* _Supplied material_
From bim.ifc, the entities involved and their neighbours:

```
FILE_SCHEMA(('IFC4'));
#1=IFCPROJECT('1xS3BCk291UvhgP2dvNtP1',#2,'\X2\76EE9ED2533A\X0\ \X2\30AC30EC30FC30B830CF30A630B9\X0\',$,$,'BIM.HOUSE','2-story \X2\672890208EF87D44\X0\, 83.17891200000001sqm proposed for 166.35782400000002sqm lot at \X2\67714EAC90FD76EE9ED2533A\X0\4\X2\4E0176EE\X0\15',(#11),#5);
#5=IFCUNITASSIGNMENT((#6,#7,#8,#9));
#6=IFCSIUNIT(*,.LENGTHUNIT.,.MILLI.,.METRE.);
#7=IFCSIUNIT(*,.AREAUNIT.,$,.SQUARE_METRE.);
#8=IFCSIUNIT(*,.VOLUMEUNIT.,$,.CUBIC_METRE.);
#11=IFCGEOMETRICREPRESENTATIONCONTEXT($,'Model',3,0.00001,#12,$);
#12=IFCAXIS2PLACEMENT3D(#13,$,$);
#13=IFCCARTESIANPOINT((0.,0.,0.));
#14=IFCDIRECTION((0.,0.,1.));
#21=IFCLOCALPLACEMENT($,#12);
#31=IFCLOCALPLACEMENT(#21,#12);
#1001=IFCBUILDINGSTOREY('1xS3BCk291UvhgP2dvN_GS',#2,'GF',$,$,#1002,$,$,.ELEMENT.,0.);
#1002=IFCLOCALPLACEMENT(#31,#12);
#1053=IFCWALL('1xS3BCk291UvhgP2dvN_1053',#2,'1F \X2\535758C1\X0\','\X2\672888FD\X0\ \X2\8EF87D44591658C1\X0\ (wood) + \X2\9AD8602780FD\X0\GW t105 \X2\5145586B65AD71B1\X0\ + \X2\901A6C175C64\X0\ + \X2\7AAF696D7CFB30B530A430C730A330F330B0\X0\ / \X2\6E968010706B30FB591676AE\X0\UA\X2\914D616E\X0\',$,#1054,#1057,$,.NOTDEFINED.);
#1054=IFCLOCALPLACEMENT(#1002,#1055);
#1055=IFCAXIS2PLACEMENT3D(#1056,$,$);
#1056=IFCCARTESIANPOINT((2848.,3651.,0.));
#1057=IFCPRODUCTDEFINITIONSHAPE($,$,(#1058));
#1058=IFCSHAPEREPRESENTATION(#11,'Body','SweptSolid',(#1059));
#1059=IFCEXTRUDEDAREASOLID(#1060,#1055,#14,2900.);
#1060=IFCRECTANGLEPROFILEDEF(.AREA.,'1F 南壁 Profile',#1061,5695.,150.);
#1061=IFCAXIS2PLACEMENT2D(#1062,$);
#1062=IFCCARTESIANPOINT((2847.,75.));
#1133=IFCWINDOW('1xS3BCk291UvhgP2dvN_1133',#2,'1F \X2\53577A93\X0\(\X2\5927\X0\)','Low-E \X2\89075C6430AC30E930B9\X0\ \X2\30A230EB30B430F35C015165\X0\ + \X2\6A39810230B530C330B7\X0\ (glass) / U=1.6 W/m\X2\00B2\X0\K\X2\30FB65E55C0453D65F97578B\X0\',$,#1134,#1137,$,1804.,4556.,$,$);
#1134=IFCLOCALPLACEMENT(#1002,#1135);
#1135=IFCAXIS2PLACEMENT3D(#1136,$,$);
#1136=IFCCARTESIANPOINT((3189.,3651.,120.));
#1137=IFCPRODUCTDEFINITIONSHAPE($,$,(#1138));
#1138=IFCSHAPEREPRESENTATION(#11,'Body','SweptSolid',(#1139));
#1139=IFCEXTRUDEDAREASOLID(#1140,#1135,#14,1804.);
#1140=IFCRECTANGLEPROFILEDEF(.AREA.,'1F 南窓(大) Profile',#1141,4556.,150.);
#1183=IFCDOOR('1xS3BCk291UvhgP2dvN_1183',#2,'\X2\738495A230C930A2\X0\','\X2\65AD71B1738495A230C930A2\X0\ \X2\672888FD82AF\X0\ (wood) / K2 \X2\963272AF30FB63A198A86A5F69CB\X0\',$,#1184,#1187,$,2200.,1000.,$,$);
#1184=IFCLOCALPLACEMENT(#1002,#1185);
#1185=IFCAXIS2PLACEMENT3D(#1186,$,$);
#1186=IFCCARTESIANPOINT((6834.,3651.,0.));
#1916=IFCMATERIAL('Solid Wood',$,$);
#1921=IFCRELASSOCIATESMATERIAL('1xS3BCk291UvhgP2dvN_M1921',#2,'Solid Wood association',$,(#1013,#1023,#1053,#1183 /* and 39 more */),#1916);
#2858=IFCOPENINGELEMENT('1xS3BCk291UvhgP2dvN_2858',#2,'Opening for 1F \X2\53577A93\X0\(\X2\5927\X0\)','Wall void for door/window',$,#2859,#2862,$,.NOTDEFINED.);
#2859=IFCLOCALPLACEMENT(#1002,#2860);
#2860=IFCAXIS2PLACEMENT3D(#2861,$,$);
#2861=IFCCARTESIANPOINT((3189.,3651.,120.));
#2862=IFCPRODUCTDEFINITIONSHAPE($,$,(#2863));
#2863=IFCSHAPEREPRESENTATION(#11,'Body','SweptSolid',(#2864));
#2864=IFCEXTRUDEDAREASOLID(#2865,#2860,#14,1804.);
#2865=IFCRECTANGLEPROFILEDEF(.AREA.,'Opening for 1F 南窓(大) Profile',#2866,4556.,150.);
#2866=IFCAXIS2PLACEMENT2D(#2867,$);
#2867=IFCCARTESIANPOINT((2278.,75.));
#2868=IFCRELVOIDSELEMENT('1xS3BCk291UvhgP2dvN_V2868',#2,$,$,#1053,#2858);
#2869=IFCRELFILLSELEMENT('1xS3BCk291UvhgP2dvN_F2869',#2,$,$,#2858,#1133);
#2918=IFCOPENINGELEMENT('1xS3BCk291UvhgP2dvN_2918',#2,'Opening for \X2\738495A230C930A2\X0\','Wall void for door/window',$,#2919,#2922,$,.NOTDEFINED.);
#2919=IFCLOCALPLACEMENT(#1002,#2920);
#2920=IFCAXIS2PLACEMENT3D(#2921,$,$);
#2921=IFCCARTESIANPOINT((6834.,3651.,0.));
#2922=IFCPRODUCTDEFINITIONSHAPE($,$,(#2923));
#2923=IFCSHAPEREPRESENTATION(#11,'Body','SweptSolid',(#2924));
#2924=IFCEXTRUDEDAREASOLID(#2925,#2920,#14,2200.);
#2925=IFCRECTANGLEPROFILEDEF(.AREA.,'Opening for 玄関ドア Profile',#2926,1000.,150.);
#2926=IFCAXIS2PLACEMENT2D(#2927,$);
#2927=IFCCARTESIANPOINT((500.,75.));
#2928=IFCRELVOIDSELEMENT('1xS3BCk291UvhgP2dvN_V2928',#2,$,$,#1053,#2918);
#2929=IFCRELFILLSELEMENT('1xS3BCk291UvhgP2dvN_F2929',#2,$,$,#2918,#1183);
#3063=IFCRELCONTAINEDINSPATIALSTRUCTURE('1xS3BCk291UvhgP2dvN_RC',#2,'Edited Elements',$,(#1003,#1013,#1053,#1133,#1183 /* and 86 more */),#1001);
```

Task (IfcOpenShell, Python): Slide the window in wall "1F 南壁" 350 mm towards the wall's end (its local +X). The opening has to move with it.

```python
import ifcopenshell
import ifcopenshell.api.geometry
import ifcopenshell.util.placement

model = ifcopenshell.open("bim.ifc")

window = model.by_guid("1xS3BCk291UvhgP2dvN_1133")
opening = window.FillsVoids[0].RelatingOpeningElement
wall = opening.VoidsElements[0].RelatingBuildingElement

wall_matrix = ifcopenshell.util.placement.get_local_placement(wall.ObjectPlacement)
shift = wall_matrix[:3, 0] * 350.0
before = ifcopenshell.util.placement.get_local_placement(window.ObjectPlacement)[:3, 3].copy()

# The window is not placed relative to its opening, so move both.
for product in (opening, window):
    matrix = ifcopenshell.util.placement.get_local_placement(product.ObjectPlacement)
    matrix[:3, 3] += shift
    ifcopenshell.api.geometry.edit_object_placement(model, product=product, matrix=matrix, is_si=False)

after = ifcopenshell.util.placement.get_local_placement(window.ObjectPlacement)[:3, 3]
print("window moved by", (after - before).round(3) + 0.0)

model.write("bim_edited.ifc")
```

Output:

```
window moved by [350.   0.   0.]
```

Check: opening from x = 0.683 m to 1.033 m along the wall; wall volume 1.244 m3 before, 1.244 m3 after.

* _Exercise objective_
Nothing but a number should be given for this: how many lines in the entries above contain "Profile"?

* _Expected answer_
4